Pour rendre une opération mystificatrice semblable acceptable pour une tranche significative de l’électorat, une condition primordiale est de trouver une brochette de personnalités –dont certains sont de bonne foi- pour servir de cautions afin d’appâter et leurrer les électeurs des secteurs ciblés.

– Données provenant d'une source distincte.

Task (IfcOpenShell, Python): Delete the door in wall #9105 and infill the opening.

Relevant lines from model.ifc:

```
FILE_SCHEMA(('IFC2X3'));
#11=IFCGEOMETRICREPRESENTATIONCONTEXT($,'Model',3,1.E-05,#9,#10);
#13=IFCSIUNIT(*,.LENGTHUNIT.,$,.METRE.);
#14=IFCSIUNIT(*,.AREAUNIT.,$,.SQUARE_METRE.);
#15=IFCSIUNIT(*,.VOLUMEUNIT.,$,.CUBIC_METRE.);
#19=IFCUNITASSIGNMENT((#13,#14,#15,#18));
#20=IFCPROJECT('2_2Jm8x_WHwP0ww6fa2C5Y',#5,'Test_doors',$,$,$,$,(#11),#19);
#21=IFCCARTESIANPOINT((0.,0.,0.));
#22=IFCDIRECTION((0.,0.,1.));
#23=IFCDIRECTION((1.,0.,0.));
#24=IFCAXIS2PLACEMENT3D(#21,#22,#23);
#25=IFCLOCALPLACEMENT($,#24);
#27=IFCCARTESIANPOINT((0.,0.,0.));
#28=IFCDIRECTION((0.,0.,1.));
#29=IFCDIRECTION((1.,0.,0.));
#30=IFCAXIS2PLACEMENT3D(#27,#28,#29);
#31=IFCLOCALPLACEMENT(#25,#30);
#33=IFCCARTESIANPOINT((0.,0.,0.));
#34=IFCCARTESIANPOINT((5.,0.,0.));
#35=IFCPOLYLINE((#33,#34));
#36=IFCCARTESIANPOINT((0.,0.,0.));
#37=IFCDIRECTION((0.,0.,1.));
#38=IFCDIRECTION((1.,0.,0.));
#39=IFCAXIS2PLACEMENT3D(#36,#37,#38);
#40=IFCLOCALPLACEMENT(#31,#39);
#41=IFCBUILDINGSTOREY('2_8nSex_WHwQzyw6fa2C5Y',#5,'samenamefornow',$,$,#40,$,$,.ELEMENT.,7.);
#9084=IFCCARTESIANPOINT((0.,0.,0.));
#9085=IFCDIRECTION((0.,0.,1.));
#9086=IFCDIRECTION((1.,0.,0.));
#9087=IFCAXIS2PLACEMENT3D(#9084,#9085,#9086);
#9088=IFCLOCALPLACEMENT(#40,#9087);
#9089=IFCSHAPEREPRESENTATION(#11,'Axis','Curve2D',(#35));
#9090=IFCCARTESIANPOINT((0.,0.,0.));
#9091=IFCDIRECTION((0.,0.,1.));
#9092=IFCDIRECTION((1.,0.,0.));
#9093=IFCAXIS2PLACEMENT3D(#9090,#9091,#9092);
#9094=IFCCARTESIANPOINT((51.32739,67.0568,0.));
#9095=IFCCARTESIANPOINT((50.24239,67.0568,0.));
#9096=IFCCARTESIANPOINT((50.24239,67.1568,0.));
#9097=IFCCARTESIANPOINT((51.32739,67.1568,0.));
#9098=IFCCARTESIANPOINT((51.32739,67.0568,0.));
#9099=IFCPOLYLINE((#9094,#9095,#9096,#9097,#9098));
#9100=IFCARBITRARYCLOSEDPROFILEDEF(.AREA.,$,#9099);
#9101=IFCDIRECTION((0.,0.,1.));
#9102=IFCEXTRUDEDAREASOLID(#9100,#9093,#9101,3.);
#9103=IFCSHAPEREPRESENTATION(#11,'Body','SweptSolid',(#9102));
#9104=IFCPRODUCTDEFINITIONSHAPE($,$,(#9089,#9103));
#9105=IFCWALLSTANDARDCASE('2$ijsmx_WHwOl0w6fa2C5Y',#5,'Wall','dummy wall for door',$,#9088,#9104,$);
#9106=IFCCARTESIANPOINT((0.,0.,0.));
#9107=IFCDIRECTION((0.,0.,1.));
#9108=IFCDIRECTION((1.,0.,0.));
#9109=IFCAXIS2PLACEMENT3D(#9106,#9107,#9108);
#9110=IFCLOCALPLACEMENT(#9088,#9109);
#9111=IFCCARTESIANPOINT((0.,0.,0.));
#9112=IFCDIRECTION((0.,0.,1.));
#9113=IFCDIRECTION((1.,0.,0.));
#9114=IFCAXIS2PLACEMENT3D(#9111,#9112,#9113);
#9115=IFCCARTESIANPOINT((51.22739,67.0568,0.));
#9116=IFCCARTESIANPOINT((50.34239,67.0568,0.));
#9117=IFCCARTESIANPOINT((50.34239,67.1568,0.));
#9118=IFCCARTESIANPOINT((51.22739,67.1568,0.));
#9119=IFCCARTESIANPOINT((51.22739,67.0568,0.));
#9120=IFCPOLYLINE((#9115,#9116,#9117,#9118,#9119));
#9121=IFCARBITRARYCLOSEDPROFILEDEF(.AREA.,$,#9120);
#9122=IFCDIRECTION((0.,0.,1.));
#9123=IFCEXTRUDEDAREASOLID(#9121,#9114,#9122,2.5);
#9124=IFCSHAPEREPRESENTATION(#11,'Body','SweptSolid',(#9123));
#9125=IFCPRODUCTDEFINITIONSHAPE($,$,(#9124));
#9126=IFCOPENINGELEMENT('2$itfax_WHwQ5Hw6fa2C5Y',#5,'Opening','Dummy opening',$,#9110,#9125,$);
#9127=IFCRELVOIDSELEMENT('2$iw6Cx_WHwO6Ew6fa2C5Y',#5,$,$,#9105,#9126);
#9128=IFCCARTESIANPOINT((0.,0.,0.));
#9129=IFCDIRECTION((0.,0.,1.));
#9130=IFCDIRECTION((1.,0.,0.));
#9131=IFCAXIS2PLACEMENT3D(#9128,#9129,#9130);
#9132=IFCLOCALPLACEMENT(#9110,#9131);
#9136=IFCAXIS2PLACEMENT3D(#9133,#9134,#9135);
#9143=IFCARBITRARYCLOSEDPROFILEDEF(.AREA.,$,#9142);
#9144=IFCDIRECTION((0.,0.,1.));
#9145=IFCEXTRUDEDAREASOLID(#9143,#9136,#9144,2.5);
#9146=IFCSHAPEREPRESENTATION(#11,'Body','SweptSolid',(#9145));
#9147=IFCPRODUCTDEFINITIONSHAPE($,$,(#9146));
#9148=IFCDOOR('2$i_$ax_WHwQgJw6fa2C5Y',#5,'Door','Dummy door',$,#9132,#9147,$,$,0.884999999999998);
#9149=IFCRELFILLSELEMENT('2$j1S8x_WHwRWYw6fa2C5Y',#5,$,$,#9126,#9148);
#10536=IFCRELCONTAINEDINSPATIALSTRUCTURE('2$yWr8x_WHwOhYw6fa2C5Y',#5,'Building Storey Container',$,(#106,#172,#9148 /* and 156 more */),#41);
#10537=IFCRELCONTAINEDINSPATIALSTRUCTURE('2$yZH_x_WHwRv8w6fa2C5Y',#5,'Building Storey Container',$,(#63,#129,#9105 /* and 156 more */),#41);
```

```python
import ifcopenshell
import ifcopenshell.api.feature
import ifcopenshell.api.root
import ifcopenshell.geom
import ifcopenshell.util.shape

model = ifcopenshell.open("model.ifc")
settings = ifcopenshell.geom.settings()


def volume(element):
    """Net volume in cubic metres, openings subtracted."""
    shape = ifcopenshell.geom.create_shape(settings, element)
    return ifcopenshell.util.shape.get_volume(shape.geometry)


door = model.by_guid("2$i_$ax_WHwQgJw6fa2C5Y")
opening = door.FillsVoids[0].RelatingOpeningElement
wall = opening.VoidsElements[0].RelatingBuildingElement
before = volume(wall)

ifcopenshell.api.root.remove_product(model, product=door)
ifcopenshell.api.feature.remove_feature(model, feature=opening)

after = volume(wall)

print(f"wall volume {before:.3f} -> {after:.3f} m3")

model.write("model_rev.ifc")
```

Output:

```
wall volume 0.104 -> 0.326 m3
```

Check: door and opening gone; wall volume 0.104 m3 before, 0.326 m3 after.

Ainsi, cette fois-ci, l’ex-présidente de la CSN Claudette Carbonneau s’est portée garante pour les progressistes ; l’architecte Phyllis Lambert pour les écologistes, ainsi que l’ex-ministre péquiste Louise Harel et l’ex-député bloquiste Réal Ménard pour les souverainistes.

Le 3 novembre prochain les électeurs montréalais se feront-ils prendre à ce jeu électoraliste éculé induit par le mode de scrutin majoritaire ou voteront-ils selon leurs convictions ? La démocratie représentative aura-t-elle raison des manœuvres qui la déshonorent ?

Montréal, 24 juillet 2013

Paul Cliche

Auteur du livre Pour réduire le déficit démocratique : le SCRUTIN PROPORTIONNEL et membre fondateur du Mouvement pour une démocratie nouvelle.

Il a été responsable du dossier de la réforme des institutions démocratiques à l’Union des forces progressistes (UFP).